IRONI PARA PERINDU
“Missing someone, they say, is self-centered. I self-center you more than ever.” ― Saša Stanišić, How the Soldier Repairs the Gramophone |
Ada yang sedang merindukan seseorang namun dia takut
jika yang dirindui tahu. Dia hanya berani mengikuti kehidupan seseorang yang
dirinduinya lewat dunia maya, sebuah dunia yang sekarang-sekarang ini lebih
dihargai daripada dunia nyata. Menurutnya, cukup sekedar tahu aktifitas pujaan
hatinya sudah membuatnya bahagia. Akan muncul letupan-letupan surgawi yang
menenangkan ketika tahu aktifitas perempuan terkasihnya. Lalu ketika sampai pada waktu dimana dia harus
berbicara dengan perempuan terkasihnya di kehidupan nyata dia hanya diam saja.

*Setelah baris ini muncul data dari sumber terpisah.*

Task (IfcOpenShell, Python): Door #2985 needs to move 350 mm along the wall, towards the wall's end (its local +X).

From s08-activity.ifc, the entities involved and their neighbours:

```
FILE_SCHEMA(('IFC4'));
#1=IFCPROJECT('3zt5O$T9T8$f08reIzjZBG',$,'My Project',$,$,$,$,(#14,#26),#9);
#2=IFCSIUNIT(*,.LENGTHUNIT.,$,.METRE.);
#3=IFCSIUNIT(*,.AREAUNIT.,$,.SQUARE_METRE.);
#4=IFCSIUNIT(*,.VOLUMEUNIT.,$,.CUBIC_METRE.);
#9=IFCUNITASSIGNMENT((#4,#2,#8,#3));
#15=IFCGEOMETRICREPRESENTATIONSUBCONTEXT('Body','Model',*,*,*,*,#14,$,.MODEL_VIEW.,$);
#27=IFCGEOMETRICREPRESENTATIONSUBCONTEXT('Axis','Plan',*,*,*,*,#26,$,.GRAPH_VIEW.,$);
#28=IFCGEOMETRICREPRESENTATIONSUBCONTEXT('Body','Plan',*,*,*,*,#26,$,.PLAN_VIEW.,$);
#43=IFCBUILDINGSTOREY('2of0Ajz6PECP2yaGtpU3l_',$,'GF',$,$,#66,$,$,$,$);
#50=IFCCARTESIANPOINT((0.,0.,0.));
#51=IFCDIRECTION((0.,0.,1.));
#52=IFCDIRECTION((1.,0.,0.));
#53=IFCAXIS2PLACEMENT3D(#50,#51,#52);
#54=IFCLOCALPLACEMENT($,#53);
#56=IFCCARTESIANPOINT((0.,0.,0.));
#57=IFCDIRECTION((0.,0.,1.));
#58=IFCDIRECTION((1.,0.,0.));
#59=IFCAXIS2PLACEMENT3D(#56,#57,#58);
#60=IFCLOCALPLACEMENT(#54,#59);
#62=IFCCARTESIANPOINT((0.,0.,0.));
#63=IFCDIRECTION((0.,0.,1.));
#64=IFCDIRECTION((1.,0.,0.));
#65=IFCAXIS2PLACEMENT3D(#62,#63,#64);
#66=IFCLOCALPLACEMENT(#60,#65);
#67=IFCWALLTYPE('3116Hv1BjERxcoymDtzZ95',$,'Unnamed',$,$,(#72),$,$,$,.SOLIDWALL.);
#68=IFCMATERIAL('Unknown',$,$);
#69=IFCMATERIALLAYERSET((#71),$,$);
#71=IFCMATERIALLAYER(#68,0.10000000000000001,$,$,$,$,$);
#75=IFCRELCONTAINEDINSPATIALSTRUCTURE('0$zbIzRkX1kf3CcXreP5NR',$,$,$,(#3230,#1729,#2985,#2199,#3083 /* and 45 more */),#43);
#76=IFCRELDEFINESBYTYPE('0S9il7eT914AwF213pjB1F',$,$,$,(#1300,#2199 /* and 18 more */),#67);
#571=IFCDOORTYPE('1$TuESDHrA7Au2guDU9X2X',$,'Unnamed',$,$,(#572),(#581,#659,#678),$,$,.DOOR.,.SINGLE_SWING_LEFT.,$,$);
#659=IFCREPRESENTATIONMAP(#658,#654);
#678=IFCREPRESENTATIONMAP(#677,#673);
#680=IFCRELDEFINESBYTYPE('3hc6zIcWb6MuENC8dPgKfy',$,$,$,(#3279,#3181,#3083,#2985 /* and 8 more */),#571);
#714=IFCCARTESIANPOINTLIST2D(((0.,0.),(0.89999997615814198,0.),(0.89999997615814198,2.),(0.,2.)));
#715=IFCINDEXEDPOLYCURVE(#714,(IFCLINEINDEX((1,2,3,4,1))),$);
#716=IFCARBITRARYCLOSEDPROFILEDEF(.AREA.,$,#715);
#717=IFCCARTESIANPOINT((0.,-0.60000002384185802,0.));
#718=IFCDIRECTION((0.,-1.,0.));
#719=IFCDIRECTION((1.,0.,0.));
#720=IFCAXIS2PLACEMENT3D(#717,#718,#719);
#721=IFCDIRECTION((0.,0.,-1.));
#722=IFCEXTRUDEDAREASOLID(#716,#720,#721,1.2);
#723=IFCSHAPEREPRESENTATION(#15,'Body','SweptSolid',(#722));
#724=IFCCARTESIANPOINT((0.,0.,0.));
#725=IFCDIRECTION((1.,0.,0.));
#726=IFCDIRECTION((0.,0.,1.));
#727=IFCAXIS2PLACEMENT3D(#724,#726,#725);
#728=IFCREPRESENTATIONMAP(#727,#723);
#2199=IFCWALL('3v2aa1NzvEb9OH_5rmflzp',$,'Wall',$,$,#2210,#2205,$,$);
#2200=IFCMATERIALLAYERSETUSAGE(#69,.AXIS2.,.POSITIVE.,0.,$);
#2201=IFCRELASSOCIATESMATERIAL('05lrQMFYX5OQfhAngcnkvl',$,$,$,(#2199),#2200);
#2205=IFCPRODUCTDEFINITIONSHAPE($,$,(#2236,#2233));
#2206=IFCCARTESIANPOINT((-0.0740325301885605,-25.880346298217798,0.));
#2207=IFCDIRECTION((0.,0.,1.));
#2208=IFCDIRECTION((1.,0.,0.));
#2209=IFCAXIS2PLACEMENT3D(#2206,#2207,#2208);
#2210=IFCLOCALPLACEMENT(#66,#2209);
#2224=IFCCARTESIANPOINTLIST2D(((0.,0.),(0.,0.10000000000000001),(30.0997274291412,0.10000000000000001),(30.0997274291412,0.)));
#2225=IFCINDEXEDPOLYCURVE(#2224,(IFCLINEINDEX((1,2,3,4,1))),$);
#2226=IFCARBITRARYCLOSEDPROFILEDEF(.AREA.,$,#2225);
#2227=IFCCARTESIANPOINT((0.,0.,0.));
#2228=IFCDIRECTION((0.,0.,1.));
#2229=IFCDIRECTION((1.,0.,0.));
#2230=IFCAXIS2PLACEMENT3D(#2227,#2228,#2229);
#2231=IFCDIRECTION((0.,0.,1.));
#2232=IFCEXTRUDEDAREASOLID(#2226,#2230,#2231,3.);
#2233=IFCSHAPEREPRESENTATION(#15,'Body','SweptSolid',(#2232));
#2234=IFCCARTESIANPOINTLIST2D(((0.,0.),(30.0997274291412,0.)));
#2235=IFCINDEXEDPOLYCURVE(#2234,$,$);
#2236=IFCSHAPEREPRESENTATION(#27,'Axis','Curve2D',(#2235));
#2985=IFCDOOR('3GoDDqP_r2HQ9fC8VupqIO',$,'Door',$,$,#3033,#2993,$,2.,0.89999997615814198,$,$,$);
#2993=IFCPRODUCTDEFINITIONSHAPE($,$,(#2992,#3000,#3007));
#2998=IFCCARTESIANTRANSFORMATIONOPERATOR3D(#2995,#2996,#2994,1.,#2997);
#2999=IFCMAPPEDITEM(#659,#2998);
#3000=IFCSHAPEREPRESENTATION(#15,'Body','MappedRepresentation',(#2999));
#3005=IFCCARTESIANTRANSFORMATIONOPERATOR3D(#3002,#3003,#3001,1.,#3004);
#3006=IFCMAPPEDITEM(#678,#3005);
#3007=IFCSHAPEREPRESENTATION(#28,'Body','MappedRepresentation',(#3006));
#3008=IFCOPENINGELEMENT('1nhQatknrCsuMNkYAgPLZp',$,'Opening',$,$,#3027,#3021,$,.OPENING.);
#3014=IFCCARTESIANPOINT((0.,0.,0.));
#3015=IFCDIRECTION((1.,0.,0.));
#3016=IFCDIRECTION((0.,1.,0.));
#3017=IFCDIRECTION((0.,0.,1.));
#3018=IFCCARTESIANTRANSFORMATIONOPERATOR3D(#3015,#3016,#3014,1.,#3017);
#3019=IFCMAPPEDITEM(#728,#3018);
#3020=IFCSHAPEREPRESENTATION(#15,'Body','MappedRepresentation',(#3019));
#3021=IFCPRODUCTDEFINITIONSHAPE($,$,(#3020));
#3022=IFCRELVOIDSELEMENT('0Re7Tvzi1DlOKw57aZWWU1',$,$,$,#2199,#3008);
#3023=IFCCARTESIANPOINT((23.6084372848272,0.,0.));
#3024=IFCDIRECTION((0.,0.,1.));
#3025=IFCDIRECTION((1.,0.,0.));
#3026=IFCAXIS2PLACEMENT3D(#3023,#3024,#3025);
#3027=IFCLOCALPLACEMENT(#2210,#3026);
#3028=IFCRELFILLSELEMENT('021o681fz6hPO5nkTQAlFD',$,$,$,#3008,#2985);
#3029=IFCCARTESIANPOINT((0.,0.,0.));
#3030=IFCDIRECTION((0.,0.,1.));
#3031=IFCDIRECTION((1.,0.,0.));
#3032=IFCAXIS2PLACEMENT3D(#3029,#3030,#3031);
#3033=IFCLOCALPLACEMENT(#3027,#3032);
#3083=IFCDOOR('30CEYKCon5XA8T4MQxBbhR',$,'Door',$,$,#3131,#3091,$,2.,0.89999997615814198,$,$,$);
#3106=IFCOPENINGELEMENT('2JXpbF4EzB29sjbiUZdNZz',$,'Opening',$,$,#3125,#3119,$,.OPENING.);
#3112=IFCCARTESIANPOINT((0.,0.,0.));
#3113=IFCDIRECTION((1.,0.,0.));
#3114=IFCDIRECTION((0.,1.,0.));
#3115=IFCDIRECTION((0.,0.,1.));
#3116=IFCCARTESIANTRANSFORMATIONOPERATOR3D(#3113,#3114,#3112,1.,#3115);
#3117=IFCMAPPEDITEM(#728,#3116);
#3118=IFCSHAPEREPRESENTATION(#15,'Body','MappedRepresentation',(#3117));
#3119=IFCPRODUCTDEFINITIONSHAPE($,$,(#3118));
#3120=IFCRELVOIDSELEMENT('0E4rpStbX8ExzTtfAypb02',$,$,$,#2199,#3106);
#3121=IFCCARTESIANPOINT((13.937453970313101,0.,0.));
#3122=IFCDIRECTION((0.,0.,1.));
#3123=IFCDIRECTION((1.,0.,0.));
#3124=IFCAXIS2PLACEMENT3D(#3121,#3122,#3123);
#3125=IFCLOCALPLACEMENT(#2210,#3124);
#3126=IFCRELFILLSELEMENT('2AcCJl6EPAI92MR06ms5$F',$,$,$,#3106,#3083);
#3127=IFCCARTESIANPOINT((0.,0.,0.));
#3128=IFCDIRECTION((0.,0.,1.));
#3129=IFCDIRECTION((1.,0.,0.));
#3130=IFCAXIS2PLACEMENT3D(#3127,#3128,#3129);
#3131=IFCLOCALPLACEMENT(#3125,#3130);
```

```python
import ifcopenshell
import ifcopenshell.api.geometry
import ifcopenshell.util.placement
import ifcopenshell.util.unit

model = ifcopenshell.open("s08-activity.ifc")
unit_scale = ifcopenshell.util.unit.calculate_unit_scale(model)

door = model.by_guid("3GoDDqP_r2HQ9fC8VupqIO")
opening = door.FillsVoids[0].RelatingOpeningElement
wall = opening.VoidsElements[0].RelatingBuildingElement

wall_matrix = ifcopenshell.util.placement.get_local_placement(wall.ObjectPlacement)
shift = wall_matrix[:3, 0] * 0.35 / unit_scale
before = ifcopenshell.util.placement.get_local_placement(door.ObjectPlacement)[:3, 3].copy()

# The door is placed relative to its opening, so it follows when the opening moves.
matrix = ifcopenshell.util.placement.get_local_placement(opening.ObjectPlacement)
matrix[:3, 3] += shift
ifcopenshell.api.geometry.edit_object_placement(
    model, product=opening, matrix=matrix, is_si=False, should_transform_children=True
)

after = ifcopenshell.util.placement.get_local_placement(door.ObjectPlacement)[:3, 3]
print("door moved by", (after - before).round(3) + 0.0)

model.write("s08-activity_edited.ifc")
```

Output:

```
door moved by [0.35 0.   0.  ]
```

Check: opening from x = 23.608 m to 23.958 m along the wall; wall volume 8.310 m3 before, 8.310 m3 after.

Bukan apa-apa. Dia hanya takut ketika dia membuka mulut kemudian tidak sengaja
dia menyebutkan sesuatu yang spesifik tentang perempuan terkasihnya. Padahal
dia dan perempuan terkasihnya tidak pernah punya sejarah berbicara tatap muka
maupun tanpa tatap muka. Dia hanya takut itu. Dia benar-benar takut jikalau
perempuannya tahu kalau ada seseorang sepertinya yang tidak pernah dianggapnya
ada tiba-tiba tahu dan membicarakan kehidupannya. Dia tidak mau perempuannya
curiga dengannya. Baginya dia sudah bahagia ketika melihat perempuan
terkasihnya itu sedang bahagia. Because
he cant talk, so he just stalk. Akhirnya dia hanya menimbun rindunya
sendirian. Tidak ada yang salah dengan apa yang dia lakukan. Hanya mungkin
syaraf kejantanannya sudah hilang.
Ada juga yang sedang merindukan kekasihnya.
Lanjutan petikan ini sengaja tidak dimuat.